These five priority areas [R3] were directly used to guide the agenda, strategy, and delivery of the Cara SP’s academic development programme. Between 2017 and 2020, workshops, mentoring, and online activities have been designed to target the self-identified needs of participants. This programme of ongoing research [R3, R4, R5] has also generated rich insights into programme participants’ experiences of displacement and conflict; the impact displacement and conflict have had on Syrian academics’ work and community; and the implications for Syria’s intellectual future. Playing a leading role in Cara SP planning and delivery as chair of the Academic Development steering group and a lead facilitator of residential workshops, Parkinson has worked with Syrian and UK-based colleagues to identify additional areas of concern that subsequent research has responded to directly. This research has included:
Comparative experiences of higher education in (post-)conflict and refugee contexts. Through analysis of group processes, focus groups, and interview data collected from Cara SP participants, in 2018-19, Parkinson established that Syrian academics had a desire to connect with and learn from international counterparts who had experienced similar circumstances. In response, Parkinson secured GCRF funding and organised (with Cara SP Director Kate Robertson) and co-chaired (with Dr Juliet Millican, ICS) a series of roundtables at the Swedish Consulate in Istanbul in June 2019. These roundtables brought together researchers from seven international contexts to explore how to sustain academic work and community under conditions of conflict, exile, or displacement. This dialogue revealed both commonalities and stark differences between international contexts that impact on academics’ work and well-being. It also highlighted the affordances of international collectivism and solidarity in supporting beleaguered academic communities [R2].
Reconnecting Syrian academics in exile with learners in Syria. Parkinson and colleagues’ (Abdullateef and Sarmini) 2018 evaluation of the use of blended technologies to teach emergency agricultural engineering methods [R1] led to a model for collaboration between NGOs, Syrian academics in exile, civil society, and community groups to support higher education delivery in Syria.
Collaborative research and research writing in global North–South partnerships. To build research capacity and international networks, Syrian researchers on the Cara SP have been paired with UK or international academics to conduct collaborative research since June 2018. Through analysis of research-group dynamics, and the role of different types of expertise in the research-writing process, Parkinson and colleagues (Heron, Alajaj, Khuder) identified effective strategies for collaborative research writing [R6], resulting in evidence-based models for writing support that have underpinned the design of several writing workshops, including a 2020 British Academy-funded GCRF Writing Workshop.
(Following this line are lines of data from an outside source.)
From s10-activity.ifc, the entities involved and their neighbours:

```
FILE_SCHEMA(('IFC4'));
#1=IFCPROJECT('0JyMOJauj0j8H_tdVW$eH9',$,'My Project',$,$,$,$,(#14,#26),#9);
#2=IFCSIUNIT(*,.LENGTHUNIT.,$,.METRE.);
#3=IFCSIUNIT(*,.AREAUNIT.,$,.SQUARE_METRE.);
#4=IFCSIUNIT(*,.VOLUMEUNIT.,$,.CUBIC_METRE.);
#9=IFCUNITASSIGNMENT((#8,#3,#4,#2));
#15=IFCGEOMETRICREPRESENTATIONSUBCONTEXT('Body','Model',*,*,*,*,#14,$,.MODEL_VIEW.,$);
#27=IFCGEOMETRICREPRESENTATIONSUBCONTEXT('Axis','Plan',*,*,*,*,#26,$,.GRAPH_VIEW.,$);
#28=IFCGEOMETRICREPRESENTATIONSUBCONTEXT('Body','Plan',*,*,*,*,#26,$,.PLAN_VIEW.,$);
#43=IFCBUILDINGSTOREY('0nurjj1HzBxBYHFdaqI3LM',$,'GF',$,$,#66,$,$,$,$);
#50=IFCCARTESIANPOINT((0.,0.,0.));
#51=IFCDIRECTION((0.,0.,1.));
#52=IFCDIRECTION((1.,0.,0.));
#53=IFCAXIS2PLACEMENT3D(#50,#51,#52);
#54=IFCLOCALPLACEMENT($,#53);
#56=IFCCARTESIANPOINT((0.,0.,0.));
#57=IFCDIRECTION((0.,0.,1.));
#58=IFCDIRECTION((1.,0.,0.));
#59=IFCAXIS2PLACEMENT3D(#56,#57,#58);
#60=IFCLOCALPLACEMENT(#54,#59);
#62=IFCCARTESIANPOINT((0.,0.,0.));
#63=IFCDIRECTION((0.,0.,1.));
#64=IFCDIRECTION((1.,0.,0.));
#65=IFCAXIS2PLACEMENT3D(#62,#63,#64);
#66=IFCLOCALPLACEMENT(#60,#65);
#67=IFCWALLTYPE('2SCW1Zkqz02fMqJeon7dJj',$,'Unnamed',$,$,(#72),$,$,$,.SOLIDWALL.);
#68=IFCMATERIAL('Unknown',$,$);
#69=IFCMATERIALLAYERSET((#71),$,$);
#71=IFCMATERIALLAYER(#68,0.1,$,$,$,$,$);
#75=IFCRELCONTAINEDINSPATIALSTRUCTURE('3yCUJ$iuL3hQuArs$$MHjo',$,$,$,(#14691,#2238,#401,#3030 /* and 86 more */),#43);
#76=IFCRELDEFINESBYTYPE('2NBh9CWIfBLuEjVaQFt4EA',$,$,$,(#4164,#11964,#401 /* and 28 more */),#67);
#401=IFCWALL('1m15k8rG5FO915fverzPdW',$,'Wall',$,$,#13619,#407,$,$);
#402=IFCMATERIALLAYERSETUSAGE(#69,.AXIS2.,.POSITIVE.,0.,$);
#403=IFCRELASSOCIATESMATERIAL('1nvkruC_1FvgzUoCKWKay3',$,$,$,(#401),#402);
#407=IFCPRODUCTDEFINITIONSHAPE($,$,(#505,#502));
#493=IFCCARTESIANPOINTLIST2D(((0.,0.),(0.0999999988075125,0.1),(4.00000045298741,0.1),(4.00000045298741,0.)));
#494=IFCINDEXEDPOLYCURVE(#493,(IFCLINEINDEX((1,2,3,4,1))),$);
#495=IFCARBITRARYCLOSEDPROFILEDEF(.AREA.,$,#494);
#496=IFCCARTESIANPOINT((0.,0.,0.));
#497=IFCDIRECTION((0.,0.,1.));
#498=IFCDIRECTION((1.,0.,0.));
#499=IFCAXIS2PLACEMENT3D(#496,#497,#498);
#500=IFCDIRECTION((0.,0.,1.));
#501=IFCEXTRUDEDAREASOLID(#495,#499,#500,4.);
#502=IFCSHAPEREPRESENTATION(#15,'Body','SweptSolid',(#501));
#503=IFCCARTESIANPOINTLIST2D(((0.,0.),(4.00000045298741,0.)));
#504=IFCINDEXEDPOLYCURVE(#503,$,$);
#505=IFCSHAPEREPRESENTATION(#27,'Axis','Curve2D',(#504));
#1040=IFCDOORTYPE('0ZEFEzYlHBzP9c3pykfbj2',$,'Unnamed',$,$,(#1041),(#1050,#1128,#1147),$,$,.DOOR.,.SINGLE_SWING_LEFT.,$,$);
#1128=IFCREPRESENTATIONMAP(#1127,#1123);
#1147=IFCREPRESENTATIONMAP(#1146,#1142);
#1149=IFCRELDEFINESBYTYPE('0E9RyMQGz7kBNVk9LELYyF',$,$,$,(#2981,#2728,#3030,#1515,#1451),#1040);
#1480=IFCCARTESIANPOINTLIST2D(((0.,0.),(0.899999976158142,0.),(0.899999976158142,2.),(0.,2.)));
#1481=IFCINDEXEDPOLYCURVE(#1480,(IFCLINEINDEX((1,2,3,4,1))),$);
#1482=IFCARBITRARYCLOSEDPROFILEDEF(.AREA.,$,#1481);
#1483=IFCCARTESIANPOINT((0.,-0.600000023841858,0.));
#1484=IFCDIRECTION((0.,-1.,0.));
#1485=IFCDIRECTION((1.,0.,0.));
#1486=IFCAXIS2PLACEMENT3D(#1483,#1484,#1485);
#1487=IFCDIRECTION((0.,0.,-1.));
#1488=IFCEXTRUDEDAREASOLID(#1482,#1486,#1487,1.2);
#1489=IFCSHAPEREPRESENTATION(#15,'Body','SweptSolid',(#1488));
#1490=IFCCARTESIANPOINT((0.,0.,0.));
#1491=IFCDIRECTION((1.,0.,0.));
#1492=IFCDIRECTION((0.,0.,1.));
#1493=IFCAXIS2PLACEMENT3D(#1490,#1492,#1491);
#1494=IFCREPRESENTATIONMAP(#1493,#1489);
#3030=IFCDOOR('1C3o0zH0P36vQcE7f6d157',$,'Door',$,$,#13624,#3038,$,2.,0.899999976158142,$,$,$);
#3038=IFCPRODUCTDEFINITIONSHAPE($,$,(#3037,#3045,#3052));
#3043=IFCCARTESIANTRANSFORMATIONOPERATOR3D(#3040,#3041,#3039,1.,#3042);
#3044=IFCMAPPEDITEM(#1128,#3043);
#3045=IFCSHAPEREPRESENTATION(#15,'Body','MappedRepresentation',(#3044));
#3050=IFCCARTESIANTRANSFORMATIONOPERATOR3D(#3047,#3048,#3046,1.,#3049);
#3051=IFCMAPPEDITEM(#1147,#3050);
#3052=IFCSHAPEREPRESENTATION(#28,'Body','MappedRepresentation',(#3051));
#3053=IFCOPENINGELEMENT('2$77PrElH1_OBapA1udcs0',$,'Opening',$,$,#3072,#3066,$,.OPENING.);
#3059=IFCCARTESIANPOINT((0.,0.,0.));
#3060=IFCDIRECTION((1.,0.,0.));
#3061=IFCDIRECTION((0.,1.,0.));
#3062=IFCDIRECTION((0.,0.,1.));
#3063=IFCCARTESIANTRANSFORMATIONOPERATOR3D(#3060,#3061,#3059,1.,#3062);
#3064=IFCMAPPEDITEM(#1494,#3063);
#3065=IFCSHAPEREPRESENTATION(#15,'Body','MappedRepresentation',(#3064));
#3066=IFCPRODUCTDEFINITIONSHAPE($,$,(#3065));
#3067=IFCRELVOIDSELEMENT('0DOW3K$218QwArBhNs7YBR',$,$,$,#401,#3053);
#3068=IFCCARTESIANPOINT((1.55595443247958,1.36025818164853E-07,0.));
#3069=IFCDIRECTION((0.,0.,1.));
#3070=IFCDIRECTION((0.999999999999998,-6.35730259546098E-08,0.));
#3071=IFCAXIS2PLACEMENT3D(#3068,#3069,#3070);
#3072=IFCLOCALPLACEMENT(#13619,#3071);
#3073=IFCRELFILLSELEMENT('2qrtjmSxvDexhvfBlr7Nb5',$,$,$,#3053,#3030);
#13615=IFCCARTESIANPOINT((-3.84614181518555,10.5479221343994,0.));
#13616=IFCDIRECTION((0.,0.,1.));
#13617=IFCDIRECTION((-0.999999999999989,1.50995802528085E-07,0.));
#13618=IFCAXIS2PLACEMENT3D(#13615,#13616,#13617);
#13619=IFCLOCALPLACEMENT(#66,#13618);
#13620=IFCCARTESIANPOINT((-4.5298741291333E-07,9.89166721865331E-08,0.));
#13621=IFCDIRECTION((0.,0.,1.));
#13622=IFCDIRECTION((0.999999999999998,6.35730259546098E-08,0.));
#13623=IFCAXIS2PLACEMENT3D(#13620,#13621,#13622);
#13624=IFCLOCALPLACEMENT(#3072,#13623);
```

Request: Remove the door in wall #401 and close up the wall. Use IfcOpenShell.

```python
import ifcopenshell
import ifcopenshell.api.feature
import ifcopenshell.api.root
import ifcopenshell.geom
import ifcopenshell.util.shape

model = ifcopenshell.open("s10-activity.ifc")
settings = ifcopenshell.geom.settings()


def volume(element):
    """Net volume in cubic metres, openings subtracted."""
    shape = ifcopenshell.geom.create_shape(settings, element)
    return ifcopenshell.util.shape.get_volume(shape.geometry)


door = model.by_id(3030)
opening = door.FillsVoids[0].RelatingOpeningElement
wall = opening.VoidsElements[0].RelatingBuildingElement
before = volume(wall)

ifcopenshell.api.root.remove_product(model, product=door)
ifcopenshell.api.feature.remove_feature(model, feature=opening)

after = volume(wall)

print(f"wall volume {before:.3f} -> {after:.3f} m3")

model.write("s10-activity_edited.ifc")
```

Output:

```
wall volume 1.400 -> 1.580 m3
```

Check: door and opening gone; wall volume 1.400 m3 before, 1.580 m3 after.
3. References to the research
University of Kent researchers in bold. All other researchers are Cara SP facilitators or participants.
[R1] Abdullateef, S., Parkinson, T., and Sarmini, I. (2020). ‘Cross-border connected learning in Northern Syria’. International Journal of Education Research Open.
[R2] Belluigi, D. and Parkinson, T. (2020). ‘Building solidarity through comparative lived experiences of post/conflict: Reflections on two days of dialogue’. Education and Conflict Review, 3: 16-23. https://kar.kent.ac.uk/81782/
[R3] Parkinson, T., McDonald, K.. and Quinlan, K. M. (2020). ‘Reconceptualising academic development as community development: Working with Syrian academics in exile’. Higher Education, 79(2): 183-201. https://doi.org/10.1007%2Fs10734-019-00404-5
[R4] Parkinson, T. (2019). ‘A trialectic framework for large group processes in educational action research: The case of academic development for Syrian academics in exile’. Educational Action Research, 27(5): 798-814. http://doi.org/ 10.1080/09650792.2018.1532803
[R5] Parkinson, T., Zoubir, T., and Abdullateef, S., Abedtalas, M., Alyamani, G., Al Ibrahim, Z., Al Husni, M., Alhaj Omar, F., Iboor, F., Allito, H., Jenkins, M., Rashwani, A., Sennou, A., and Shaban, F. (2018). ‘“We are still here”: The stories of Syrian academics in exile’. International Journal of Comparative Education and Development, 20(3): 132-147.
[R6] Heron, M., Parkinson, T., Alajaj, N., and Khuder, B. (2020). ‘Interdisciplinary collaborative writing for publication with exiled academics: the nature of relational expertise’. Compare: A Journal of Comparative and International Education.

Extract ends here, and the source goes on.